*The problem:* Within the records below is a range that opens at the line with "#33=IFCPOLYGONALFACESET(#32,$,(#26,#27,#28,#29,#30,#31),$);" and closes at the line with "#59=IFCINDEXEDPOLYGONALFACE((1,3,7,5));". Return that range word for word, both ends included, and only that range.

Extracted material START

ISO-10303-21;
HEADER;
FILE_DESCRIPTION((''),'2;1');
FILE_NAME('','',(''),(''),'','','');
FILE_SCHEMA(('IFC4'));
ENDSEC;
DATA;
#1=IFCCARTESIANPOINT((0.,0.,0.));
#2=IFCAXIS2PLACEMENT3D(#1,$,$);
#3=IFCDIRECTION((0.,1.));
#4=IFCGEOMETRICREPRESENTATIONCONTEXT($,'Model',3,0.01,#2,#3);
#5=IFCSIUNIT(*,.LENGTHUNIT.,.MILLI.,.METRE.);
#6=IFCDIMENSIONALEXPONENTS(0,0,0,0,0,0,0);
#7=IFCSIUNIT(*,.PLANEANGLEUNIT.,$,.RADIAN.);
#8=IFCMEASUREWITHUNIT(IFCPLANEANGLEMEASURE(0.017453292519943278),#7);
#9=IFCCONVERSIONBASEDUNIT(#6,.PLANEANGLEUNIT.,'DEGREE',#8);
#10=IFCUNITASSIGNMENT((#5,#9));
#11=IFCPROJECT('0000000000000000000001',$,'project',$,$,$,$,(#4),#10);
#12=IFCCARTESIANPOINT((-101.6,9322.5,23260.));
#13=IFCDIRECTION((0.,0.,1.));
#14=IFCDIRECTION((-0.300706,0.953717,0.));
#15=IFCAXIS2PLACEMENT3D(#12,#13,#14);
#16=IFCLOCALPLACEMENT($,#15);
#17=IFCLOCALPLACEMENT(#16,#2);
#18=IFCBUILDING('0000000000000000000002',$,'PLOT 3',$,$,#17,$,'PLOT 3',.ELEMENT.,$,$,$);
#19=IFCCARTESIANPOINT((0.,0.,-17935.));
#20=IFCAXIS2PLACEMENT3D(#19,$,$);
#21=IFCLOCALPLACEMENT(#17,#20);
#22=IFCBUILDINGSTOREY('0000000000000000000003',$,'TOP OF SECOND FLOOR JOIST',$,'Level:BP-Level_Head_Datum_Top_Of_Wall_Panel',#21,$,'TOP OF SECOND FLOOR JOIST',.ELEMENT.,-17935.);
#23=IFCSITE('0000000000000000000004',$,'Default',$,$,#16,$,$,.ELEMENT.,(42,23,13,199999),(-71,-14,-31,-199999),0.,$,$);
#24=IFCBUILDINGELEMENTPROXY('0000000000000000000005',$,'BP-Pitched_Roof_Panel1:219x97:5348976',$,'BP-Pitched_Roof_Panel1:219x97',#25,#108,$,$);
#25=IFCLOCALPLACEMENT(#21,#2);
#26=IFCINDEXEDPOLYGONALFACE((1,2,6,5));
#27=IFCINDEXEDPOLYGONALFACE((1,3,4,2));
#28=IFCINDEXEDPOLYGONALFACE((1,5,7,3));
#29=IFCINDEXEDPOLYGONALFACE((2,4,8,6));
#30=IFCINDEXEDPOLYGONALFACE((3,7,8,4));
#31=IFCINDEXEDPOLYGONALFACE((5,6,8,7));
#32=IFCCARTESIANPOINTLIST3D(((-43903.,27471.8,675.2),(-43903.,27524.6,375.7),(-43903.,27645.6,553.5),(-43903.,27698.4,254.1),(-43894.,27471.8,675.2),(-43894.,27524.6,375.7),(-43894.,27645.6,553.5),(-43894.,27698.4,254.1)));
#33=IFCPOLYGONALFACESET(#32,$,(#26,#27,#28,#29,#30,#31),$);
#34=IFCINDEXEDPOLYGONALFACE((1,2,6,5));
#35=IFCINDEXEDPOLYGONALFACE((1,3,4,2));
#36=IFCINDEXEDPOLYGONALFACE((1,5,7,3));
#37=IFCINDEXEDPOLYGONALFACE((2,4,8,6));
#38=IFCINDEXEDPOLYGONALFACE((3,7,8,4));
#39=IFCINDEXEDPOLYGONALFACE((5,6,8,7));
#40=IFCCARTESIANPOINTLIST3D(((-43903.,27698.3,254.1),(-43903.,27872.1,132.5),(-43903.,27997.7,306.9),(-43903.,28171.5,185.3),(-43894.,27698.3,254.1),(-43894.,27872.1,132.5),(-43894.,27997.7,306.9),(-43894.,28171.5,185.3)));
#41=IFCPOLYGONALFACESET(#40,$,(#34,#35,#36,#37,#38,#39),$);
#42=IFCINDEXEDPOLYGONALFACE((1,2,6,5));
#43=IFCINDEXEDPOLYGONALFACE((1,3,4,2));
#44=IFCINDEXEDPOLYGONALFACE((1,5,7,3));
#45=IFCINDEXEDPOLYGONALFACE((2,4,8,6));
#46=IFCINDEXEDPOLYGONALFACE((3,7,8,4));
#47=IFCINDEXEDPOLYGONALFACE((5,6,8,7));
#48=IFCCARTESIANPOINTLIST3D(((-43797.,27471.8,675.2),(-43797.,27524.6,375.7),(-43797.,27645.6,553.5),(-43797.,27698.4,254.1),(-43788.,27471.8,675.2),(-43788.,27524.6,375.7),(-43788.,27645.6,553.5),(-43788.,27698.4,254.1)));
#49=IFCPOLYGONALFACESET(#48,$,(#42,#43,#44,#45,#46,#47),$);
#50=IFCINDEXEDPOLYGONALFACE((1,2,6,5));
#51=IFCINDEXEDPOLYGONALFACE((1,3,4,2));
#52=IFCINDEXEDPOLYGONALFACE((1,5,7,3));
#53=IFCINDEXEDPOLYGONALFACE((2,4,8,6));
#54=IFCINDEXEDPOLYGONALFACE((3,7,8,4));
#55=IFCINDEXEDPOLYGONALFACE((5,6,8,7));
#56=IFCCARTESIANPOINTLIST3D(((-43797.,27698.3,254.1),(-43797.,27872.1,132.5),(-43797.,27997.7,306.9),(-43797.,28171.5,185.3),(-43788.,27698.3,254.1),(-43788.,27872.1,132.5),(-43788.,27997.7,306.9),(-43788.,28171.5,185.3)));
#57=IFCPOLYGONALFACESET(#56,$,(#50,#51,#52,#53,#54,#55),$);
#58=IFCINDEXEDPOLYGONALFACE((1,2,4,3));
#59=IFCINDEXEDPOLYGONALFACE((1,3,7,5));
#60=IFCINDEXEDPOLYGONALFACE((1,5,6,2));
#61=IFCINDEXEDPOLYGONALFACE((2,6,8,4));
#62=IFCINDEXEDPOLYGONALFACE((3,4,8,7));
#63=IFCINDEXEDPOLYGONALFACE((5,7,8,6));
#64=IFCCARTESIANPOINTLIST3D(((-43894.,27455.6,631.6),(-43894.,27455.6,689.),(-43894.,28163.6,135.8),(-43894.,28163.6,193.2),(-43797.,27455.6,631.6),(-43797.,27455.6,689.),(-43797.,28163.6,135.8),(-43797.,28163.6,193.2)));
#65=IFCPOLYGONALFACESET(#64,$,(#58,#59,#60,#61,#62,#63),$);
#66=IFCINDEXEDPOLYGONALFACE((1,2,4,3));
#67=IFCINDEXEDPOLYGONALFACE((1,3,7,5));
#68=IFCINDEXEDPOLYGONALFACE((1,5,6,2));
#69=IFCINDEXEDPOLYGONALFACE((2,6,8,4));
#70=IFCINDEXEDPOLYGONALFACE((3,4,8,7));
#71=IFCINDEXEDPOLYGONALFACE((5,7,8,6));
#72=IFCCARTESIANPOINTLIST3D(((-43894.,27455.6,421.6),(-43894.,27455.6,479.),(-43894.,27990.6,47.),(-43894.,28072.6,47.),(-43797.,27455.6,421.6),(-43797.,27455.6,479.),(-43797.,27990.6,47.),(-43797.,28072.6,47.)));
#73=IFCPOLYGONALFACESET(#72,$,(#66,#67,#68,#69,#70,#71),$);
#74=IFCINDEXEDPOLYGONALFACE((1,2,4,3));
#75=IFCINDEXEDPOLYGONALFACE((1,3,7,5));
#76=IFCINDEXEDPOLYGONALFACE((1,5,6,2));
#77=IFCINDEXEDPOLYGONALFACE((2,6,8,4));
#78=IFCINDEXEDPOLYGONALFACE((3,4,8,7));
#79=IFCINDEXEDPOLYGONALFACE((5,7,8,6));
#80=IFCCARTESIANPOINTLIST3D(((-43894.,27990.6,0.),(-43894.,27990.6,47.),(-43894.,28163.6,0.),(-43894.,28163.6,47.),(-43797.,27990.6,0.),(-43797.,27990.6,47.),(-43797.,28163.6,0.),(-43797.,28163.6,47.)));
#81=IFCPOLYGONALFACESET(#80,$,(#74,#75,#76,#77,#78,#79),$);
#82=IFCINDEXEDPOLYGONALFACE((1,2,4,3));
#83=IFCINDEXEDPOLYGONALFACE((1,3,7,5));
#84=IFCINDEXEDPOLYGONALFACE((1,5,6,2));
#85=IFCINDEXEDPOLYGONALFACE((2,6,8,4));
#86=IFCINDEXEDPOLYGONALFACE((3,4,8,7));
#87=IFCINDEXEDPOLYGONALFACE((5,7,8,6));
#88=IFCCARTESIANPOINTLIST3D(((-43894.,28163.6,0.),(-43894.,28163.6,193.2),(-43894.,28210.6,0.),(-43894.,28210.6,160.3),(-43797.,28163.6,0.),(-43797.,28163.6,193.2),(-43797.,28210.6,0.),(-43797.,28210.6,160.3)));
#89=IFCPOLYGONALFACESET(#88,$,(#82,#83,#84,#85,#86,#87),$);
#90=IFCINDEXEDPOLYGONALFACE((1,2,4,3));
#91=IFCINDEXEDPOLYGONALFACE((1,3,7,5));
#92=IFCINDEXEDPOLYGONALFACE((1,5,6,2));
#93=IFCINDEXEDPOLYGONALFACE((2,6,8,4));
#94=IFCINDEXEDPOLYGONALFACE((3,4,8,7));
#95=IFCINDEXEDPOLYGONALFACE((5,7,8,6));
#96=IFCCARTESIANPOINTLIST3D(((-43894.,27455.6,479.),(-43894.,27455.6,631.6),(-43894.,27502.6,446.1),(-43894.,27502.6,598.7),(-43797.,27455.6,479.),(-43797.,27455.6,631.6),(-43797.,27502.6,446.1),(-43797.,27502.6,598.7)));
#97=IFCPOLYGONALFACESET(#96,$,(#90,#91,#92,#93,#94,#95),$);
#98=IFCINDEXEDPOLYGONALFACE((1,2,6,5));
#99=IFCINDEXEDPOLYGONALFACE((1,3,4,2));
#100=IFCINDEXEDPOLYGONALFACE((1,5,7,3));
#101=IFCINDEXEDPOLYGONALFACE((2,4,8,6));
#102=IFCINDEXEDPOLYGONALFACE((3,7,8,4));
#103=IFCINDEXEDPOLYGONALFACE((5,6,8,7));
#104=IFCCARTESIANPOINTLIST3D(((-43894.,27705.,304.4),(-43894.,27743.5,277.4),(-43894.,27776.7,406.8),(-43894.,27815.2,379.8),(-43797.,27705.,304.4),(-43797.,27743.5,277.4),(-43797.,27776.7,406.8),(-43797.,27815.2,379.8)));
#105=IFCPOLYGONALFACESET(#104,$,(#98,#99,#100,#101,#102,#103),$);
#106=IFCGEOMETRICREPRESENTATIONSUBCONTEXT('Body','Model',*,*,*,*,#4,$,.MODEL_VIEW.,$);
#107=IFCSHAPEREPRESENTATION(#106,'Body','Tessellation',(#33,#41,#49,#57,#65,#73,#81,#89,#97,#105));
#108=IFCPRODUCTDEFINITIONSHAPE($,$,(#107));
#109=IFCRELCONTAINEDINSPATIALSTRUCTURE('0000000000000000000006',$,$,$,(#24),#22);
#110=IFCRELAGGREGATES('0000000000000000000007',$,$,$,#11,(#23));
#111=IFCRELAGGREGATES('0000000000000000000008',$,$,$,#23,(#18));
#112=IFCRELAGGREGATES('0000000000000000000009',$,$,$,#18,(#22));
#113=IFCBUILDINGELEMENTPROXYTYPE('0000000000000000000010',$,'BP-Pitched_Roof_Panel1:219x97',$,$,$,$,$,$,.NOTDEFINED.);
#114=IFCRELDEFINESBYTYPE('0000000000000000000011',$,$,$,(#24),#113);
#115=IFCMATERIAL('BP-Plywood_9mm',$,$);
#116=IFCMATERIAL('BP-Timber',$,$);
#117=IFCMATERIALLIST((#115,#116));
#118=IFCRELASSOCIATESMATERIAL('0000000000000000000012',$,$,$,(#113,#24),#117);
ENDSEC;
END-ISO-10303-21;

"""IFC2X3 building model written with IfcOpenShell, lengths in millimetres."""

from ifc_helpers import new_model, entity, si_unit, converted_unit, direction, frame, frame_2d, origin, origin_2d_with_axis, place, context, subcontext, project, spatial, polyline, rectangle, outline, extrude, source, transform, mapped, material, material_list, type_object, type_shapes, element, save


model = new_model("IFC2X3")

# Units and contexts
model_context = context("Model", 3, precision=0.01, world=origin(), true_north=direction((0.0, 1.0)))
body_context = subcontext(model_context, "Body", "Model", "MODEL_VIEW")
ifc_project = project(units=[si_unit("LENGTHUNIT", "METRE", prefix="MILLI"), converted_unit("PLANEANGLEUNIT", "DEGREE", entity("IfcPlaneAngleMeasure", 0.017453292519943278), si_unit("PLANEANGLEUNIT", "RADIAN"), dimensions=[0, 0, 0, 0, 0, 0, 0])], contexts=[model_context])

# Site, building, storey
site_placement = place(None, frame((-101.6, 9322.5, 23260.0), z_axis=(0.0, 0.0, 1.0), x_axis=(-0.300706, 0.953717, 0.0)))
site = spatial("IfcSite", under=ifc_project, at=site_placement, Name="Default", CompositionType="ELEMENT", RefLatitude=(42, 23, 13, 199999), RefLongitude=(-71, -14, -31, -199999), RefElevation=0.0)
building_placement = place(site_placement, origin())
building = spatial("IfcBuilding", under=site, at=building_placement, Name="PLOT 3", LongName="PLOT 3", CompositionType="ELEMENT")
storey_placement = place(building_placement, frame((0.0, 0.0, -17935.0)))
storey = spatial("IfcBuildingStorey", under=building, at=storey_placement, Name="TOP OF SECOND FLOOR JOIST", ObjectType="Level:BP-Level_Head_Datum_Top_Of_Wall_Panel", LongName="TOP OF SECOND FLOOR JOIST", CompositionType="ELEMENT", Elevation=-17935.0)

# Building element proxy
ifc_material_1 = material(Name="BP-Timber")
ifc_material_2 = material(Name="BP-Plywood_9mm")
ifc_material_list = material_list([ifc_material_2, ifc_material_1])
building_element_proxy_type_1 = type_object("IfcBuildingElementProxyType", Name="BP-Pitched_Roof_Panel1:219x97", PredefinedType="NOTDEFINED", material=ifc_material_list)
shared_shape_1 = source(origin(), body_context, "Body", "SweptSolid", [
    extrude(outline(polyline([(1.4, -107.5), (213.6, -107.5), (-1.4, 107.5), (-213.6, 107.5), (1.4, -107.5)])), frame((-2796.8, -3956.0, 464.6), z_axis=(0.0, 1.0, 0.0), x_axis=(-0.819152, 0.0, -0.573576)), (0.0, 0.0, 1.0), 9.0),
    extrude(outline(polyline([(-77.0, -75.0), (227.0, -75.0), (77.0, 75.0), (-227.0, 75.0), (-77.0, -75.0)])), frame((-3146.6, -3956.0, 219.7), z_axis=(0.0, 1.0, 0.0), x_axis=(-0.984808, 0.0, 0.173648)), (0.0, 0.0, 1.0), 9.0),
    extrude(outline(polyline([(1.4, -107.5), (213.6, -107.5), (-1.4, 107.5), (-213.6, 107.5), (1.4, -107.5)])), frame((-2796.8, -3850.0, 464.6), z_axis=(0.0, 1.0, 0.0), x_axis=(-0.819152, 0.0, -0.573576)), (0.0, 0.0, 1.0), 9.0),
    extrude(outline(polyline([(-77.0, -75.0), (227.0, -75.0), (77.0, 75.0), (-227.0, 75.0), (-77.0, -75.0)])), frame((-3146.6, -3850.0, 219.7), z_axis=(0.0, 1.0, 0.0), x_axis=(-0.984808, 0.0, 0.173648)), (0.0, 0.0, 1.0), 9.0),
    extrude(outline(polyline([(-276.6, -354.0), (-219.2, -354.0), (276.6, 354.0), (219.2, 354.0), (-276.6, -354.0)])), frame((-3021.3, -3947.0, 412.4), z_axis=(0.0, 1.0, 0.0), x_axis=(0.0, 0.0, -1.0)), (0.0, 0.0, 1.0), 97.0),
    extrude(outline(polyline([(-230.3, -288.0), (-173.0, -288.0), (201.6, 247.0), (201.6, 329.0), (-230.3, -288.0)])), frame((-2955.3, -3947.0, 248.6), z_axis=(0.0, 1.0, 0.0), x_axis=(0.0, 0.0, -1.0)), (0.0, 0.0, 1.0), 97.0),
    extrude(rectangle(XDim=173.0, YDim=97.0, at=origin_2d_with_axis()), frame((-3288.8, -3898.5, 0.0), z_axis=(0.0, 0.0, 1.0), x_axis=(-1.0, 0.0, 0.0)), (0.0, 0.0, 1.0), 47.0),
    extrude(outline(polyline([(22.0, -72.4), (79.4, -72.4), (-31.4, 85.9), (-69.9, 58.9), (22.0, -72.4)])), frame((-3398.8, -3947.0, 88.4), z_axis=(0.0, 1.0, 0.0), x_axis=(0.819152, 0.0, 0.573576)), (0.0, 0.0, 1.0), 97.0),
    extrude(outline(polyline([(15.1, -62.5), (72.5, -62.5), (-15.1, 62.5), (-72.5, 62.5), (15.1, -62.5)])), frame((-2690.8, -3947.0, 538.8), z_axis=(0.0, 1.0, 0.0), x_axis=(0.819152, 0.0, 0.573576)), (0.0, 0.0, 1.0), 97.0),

Extracted material END

*Result below:*
#33=IFCPOLYGONALFACESET(#32,$,(#26,#27,#28,#29,#30,#31),$);
#34=IFCINDEXEDPOLYGONALFACE((1,2,6,5));
#35=IFCINDEXEDPOLYGONALFACE((1,3,4,2));
#36=IFCINDEXEDPOLYGONALFACE((1,5,7,3));
#37=IFCINDEXEDPOLYGONALFACE((2,4,8,6));
#38=IFCINDEXEDPOLYGONALFACE((3,7,8,4));
#39=IFCINDEXEDPOLYGONALFACE((5,6,8,7));
#40=IFCCARTESIANPOINTLIST3D(((-43903.,27698.3,254.1),(-43903.,27872.1,132.5),(-43903.,27997.7,306.9),(-43903.,28171.5,185.3),(-43894.,27698.3,254.1),(-43894.,27872.1,132.5),(-43894.,27997.7,306.9),(-43894.,28171.5,185.3)));
#41=IFCPOLYGONALFACESET(#40,$,(#34,#35,#36,#37,#38,#39),$);
#42=IFCINDEXEDPOLYGONALFACE((1,2,6,5));
#43=IFCINDEXEDPOLYGONALFACE((1,3,4,2));
#44=IFCINDEXEDPOLYGONALFACE((1,5,7,3));
#45=IFCINDEXEDPOLYGONALFACE((2,4,8,6));
#46=IFCINDEXEDPOLYGONALFACE((3,7,8,4));
#47=IFCINDEXEDPOLYGONALFACE((5,6,8,7));
#48=IFCCARTESIANPOINTLIST3D(((-43797.,27471.8,675.2),(-43797.,27524.6,375.7),(-43797.,27645.6,553.5),(-43797.,27698.4,254.1),(-43788.,27471.8,675.2),(-43788.,27524.6,375.7),(-43788.,27645.6,553.5),(-43788.,27698.4,254.1)));
#49=IFCPOLYGONALFACESET(#48,$,(#42,#43,#44,#45,#46,#47),$);
#50=IFCINDEXEDPOLYGONALFACE((1,2,6,5));
#51=IFCINDEXEDPOLYGONALFACE((1,3,4,2));
#52=IFCINDEXEDPOLYGONALFACE((1,5,7,3));
#53=IFCINDEXEDPOLYGONALFACE((2,4,8,6));
#54=IFCINDEXEDPOLYGONALFACE((3,7,8,4));
#55=IFCINDEXEDPOLYGONALFACE((5,6,8,7));
#56=IFCCARTESIANPOINTLIST3D(((-43797.,27698.3,254.1),(-43797.,27872.1,132.5),(-43797.,27997.7,306.9),(-43797.,28171.5,185.3),(-43788.,27698.3,254.1),(-43788.,27872.1,132.5),(-43788.,27997.7,306.9),(-43788.,28171.5,185.3)));
#57=IFCPOLYGONALFACESET(#56,$,(#50,#51,#52,#53,#54,#55),$);
#58=IFCINDEXEDPOLYGONALFACE((1,2,4,3));
#59=IFCINDEXEDPOLYGONALFACE((1,3,7,5));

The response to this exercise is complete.